__Description of the task__
From the records below, pull each line that has "IFCDIRECTION".
--- START ---
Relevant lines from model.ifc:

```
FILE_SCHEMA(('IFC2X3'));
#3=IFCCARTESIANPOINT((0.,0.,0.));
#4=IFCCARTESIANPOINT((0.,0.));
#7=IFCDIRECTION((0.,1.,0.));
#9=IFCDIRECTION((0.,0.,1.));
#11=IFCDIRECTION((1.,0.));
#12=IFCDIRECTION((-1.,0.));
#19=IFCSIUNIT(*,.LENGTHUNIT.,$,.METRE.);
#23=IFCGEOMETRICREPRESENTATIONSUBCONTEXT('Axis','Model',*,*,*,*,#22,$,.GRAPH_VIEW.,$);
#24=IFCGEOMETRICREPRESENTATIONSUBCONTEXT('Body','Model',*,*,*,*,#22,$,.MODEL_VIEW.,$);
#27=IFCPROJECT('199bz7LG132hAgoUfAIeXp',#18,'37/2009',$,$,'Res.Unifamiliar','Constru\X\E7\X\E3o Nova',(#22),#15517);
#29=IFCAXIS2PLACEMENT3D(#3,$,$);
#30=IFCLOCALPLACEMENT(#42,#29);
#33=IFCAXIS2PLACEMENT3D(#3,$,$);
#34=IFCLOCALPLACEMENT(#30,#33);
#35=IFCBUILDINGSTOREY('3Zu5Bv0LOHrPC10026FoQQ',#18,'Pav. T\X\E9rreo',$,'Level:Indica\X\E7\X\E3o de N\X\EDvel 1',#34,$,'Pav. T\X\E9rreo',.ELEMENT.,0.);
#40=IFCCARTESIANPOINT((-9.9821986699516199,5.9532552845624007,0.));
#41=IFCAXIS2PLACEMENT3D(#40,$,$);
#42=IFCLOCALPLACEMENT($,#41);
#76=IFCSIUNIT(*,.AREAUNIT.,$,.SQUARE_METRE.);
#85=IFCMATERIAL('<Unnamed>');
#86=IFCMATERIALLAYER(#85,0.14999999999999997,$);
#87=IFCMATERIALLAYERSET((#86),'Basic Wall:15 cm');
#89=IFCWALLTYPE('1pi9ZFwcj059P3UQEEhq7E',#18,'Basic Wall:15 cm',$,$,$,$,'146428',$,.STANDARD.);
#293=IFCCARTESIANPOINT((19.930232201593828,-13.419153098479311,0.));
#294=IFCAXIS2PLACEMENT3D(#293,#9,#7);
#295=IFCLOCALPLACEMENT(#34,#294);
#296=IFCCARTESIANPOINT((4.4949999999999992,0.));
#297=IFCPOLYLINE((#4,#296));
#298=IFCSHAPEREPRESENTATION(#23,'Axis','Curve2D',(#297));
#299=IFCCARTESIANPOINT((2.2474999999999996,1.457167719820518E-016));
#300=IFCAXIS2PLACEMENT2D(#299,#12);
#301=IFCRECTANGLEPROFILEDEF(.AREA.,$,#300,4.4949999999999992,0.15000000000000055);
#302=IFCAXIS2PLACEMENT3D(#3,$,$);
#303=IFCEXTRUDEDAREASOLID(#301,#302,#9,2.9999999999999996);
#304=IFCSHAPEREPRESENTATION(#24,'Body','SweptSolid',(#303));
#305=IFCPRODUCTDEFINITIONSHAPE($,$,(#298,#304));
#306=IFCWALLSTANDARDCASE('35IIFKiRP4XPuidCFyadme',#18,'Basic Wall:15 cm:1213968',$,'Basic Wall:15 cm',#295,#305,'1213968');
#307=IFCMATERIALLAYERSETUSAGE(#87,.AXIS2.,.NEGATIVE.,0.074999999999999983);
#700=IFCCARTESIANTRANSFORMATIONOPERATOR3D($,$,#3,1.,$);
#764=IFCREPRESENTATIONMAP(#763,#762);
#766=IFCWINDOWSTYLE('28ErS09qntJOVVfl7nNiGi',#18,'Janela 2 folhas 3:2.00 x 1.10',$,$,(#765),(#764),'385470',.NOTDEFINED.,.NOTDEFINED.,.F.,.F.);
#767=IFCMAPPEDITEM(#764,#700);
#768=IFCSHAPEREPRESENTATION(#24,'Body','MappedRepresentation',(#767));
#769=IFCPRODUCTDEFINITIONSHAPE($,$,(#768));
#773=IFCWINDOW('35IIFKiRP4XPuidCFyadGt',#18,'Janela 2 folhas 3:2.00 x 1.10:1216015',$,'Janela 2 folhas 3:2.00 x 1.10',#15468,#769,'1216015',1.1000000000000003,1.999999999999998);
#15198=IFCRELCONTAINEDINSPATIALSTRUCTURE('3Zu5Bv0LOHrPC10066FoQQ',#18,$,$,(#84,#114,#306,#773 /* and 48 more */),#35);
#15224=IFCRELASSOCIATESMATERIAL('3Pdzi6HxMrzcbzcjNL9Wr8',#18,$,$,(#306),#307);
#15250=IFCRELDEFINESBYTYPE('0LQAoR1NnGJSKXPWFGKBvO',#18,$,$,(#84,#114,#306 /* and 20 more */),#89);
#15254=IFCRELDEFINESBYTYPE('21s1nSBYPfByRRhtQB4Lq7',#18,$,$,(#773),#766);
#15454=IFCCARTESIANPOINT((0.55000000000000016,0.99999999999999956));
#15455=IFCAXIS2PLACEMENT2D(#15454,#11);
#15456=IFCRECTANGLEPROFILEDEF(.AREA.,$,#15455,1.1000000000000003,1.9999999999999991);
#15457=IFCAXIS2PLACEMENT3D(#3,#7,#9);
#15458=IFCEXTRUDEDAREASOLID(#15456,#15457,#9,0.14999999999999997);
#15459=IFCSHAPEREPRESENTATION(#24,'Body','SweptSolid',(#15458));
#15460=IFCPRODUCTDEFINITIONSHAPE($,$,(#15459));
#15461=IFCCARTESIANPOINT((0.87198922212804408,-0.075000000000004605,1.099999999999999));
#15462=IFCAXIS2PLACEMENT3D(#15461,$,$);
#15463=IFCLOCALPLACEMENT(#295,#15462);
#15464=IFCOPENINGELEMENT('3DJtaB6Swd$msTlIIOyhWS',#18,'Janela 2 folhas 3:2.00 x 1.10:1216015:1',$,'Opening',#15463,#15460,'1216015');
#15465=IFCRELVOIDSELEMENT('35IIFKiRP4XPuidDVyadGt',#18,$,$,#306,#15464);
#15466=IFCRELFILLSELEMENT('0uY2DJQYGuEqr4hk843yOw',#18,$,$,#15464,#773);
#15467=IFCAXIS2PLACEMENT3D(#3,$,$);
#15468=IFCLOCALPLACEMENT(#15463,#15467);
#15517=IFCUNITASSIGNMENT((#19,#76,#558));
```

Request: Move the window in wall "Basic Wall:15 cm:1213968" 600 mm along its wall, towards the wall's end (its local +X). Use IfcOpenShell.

```python
import ifcopenshell
import ifcopenshell.api.geometry
import ifcopenshell.util.placement

model = ifcopenshell.open("model.ifc")

window = model.by_guid("35IIFKiRP4XPuidCFyadGt")
opening = window.FillsVoids[0].RelatingOpeningElement
wall = opening.VoidsElements[0].RelatingBuildingElement

wall_matrix = ifcopenshell.util.placement.get_local_placement(wall.ObjectPlacement)
shift = wall_matrix[:3, 0] * 0.6
before = ifcopenshell.util.placement.get_local_placement(window.ObjectPlacement)[:3, 3].copy()

# The window is placed relative to its opening, so it follows when the opening moves.
matrix = ifcopenshell.util.placement.get_local_placement(opening.ObjectPlacement)
matrix[:3, 3] += shift
ifcopenshell.api.geometry.edit_object_placement(
    model, product=opening, matrix=matrix, is_si=False, should_transform_children=True
)

after = ifcopenshell.util.placement.get_local_placement(window.ObjectPlacement)[:3, 3]
print("window moved by", (after - before).round(3) + 0.0)

model.write("model_edited.ifc")
```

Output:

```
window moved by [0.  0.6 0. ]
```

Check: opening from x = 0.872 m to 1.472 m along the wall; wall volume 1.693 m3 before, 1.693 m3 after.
--- END ---
__Your response__
#7=IFCDIRECTION((0.,1.,0.));
#9=IFCDIRECTION((0.,0.,1.));
#11=IFCDIRECTION((1.,0.));
#12=IFCDIRECTION((-1.,0.));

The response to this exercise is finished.